What does Python add?

DO.utils is designed to balance functionality and ease of use, with a goal for reproducibility. Some functionality is just not available in R, or it’s less reproducible or harder to manage. Python fills in these gaps. Specifically using Python powers functions that:

  1. Execute SPARQL queries on local files.
    • The R SPARQL engines require database management (virtuoso) or do not work with SPARQL 1.1 (rdflib).
  2. Extract information from git repos.
    • To update data from releases and analyze unexpected changes to files.
  3. Predict term mappings.
    • Utilizing the biopragmatics stack: bioregistry, biomappings, etc.; pyobo; and INDRA labs’ GILDA

Why use Python via reticulate?

Generally, the R-python connection allows data integration with R where data frames can be more easily managed, explored, and analyzed. More specifically, reticulate should help manage Python and python module dependencies and simplify user setup/use.

How to use python-dependent DO.utils functions?

These functions should work as standard R functions. In some cases internal data extractor functions have been written to eliminate the need for non-standard user data munging.

Python Setup

Although it has not been tested yet, use of reticulate should handle installation of python and/or python modules automatically and require little to no user input. The default is to attempt to identify and use python that is already installed. Should that not work, reticulate should install python and needed modules via miniconda.

Customization

More user control can be achieved over this installation (like using pip and venv instead of miniconda) by using reticulate to install python and create a virtual environment before calling library(DO.utils) for the first time. The basic procedure would be to execute the following:

library(reticulate) # installs with DO.utils
py_version <- "3.9" # or whatever version you prefer
venv_name <- "r-reticulate"

py_path <- install_python(py_version)
virtualenv_create(venv_name, py_path, version = py_version)

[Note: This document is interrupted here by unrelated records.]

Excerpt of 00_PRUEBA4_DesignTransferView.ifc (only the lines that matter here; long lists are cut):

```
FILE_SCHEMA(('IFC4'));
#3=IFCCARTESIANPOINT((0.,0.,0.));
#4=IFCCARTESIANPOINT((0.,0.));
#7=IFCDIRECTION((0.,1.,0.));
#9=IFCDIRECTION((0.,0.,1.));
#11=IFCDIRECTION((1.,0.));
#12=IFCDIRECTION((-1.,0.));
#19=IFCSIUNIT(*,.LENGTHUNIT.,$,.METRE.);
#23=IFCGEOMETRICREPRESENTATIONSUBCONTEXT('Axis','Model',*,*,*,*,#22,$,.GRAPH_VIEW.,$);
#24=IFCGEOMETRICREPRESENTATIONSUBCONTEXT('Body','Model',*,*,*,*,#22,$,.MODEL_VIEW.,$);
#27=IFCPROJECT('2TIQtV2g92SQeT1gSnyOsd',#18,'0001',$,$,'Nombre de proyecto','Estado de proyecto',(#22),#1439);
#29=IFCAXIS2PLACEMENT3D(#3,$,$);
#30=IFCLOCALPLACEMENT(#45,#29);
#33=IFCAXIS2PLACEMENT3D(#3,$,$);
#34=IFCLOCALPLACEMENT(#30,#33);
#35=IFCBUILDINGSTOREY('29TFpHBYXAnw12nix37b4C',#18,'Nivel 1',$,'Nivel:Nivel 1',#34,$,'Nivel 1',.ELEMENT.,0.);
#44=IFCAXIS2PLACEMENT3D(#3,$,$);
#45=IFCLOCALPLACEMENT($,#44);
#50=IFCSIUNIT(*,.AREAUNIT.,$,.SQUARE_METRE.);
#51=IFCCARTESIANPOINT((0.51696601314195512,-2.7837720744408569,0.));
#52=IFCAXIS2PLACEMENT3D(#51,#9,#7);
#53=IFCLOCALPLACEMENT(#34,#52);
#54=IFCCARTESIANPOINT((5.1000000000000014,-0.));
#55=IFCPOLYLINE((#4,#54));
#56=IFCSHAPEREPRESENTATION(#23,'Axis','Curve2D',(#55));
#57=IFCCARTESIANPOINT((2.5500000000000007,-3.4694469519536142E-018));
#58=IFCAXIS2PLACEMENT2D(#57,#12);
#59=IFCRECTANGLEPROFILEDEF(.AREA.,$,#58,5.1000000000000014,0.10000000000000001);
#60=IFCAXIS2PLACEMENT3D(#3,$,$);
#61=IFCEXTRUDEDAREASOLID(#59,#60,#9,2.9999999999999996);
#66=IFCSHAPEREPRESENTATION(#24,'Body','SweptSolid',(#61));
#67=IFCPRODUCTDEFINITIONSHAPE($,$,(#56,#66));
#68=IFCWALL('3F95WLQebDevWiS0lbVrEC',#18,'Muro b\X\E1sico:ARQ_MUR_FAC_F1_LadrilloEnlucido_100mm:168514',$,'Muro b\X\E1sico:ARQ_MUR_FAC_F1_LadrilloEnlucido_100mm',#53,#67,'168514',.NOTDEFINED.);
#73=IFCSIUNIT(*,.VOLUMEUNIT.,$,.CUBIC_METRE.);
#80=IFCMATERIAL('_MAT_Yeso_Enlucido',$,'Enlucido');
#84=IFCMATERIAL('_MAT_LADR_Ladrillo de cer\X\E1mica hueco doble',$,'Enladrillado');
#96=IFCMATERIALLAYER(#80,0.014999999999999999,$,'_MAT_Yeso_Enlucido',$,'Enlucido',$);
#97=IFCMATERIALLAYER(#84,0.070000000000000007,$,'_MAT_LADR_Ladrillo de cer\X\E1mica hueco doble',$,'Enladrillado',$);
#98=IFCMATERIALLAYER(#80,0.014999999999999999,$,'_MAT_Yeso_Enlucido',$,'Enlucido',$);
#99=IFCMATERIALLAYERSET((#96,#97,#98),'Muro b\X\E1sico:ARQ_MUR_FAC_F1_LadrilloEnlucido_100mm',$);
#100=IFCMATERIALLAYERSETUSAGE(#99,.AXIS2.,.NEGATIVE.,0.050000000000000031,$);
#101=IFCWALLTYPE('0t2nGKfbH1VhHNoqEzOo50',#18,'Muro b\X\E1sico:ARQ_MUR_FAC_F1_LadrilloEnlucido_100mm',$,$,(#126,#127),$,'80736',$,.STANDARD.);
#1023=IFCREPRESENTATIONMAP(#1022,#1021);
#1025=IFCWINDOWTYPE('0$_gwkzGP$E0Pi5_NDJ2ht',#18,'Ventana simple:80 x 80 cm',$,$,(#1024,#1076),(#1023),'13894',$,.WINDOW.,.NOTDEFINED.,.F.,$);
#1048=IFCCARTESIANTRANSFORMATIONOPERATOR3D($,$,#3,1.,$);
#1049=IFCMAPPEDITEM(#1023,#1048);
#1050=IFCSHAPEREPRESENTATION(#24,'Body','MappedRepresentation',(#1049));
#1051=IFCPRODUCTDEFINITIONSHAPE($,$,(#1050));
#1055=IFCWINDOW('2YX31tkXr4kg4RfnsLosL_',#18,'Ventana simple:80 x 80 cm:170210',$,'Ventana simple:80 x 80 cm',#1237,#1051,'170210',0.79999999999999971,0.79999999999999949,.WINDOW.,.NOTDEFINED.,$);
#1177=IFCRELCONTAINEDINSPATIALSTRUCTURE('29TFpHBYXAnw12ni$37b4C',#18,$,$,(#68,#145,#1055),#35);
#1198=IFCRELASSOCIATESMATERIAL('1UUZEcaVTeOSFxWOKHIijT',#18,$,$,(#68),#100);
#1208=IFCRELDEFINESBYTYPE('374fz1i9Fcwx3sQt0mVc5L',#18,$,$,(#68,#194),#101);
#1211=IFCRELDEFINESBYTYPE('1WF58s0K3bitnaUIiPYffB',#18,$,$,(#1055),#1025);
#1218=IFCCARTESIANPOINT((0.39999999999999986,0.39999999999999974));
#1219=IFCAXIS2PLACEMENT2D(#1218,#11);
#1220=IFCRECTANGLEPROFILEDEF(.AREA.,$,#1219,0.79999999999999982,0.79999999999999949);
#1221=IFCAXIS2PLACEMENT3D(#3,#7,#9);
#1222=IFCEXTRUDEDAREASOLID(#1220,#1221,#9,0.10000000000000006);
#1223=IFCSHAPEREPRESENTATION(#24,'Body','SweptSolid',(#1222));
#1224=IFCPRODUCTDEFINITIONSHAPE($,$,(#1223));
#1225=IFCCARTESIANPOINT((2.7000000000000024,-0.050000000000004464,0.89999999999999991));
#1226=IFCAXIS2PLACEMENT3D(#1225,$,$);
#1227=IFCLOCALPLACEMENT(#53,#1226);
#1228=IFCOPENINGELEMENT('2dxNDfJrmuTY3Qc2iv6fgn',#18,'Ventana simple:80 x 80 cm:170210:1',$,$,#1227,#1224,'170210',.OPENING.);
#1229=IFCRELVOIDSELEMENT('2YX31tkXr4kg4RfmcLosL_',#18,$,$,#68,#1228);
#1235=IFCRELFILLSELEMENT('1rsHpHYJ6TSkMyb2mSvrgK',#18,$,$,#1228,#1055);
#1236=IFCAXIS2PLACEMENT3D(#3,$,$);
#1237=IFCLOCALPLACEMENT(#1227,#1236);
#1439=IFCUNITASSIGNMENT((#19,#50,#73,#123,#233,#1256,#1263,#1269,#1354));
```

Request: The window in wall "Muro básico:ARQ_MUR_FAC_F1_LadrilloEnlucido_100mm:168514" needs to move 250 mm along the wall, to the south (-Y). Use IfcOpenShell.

```python
import ifcopenshell
import ifcopenshell.api.geometry
import ifcopenshell.util.placement
import ifcopenshell.util.unit

model = ifcopenshell.open("00_PRUEBA4_DesignTransferView.ifc")
unit_scale = ifcopenshell.util.unit.calculate_unit_scale(model)

window = model.by_guid("2YX31tkXr4kg4RfnsLosL_")
opening = window.FillsVoids[0].RelatingOpeningElement
wall = opening.VoidsElements[0].RelatingBuildingElement

wall_matrix = ifcopenshell.util.placement.get_local_placement(wall.ObjectPlacement)
shift = wall_matrix[:3, 0] * -0.25 / unit_scale
before = ifcopenshell.util.placement.get_local_placement(window.ObjectPlacement)[:3, 3].copy()

# The window is placed relative to its opening, so it follows when the opening moves.
matrix = ifcopenshell.util.placement.get_local_placement(opening.ObjectPlacement)
matrix[:3, 3] += shift
ifcopenshell.api.geometry.edit_object_placement(
    model, product=opening, matrix=matrix, is_si=False, should_transform_children=True
)

after = ifcopenshell.util.placement.get_local_placement(window.ObjectPlacement)[:3, 3]
print("window moved by", (after - before).round(3) + 0.0)

model.write("00_PRUEBA4_DesignTransferView_edited.ifc")
```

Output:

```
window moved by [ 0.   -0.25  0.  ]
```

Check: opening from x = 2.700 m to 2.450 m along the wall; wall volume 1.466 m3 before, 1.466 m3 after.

A Note on Virtual Environments

reticulate can create conda environments or venv/virtualenv virtual environments. Non-conda virtual environment options are described briefly below but similar options approaches are available for conda environments via reticulate.

r-reticulate is the default virtual environment name promoted by the developers of reticulate for ALL packages that depend on reticulate, with the goals of 1) promoting interoperability between packages that depend on reticulate and python and 2) to better manage python module dependencies, through the use of a single virtual environment. Alternatives to this default environment can be specified by modifying the first argument envname to virtualenv_create(). A name (without slashes) will create a virtual environment of that name in the default location (see virtualenv_root()); a relative or absolute path (with slashes) will create a virtual environment in the specified directory, which can be nice if you want a python virtual environment associated with a specific project.

A Note on Python Module Installation

It is possible to specify python modules to install at the time a virtual environment is created or later by activating the virtual environment and executing virtualenv_install(). If only DO.utils dependencies are desired, this should not be necessary as the first execution of library(DO.utils) in an active virtual environment should install the python module dependencies of DO.utils automatically. Should any python module need to be installed by a user, the modules used by DO.utils can be found in the “Config/reticulate” section of it’s DESCRIPTION file.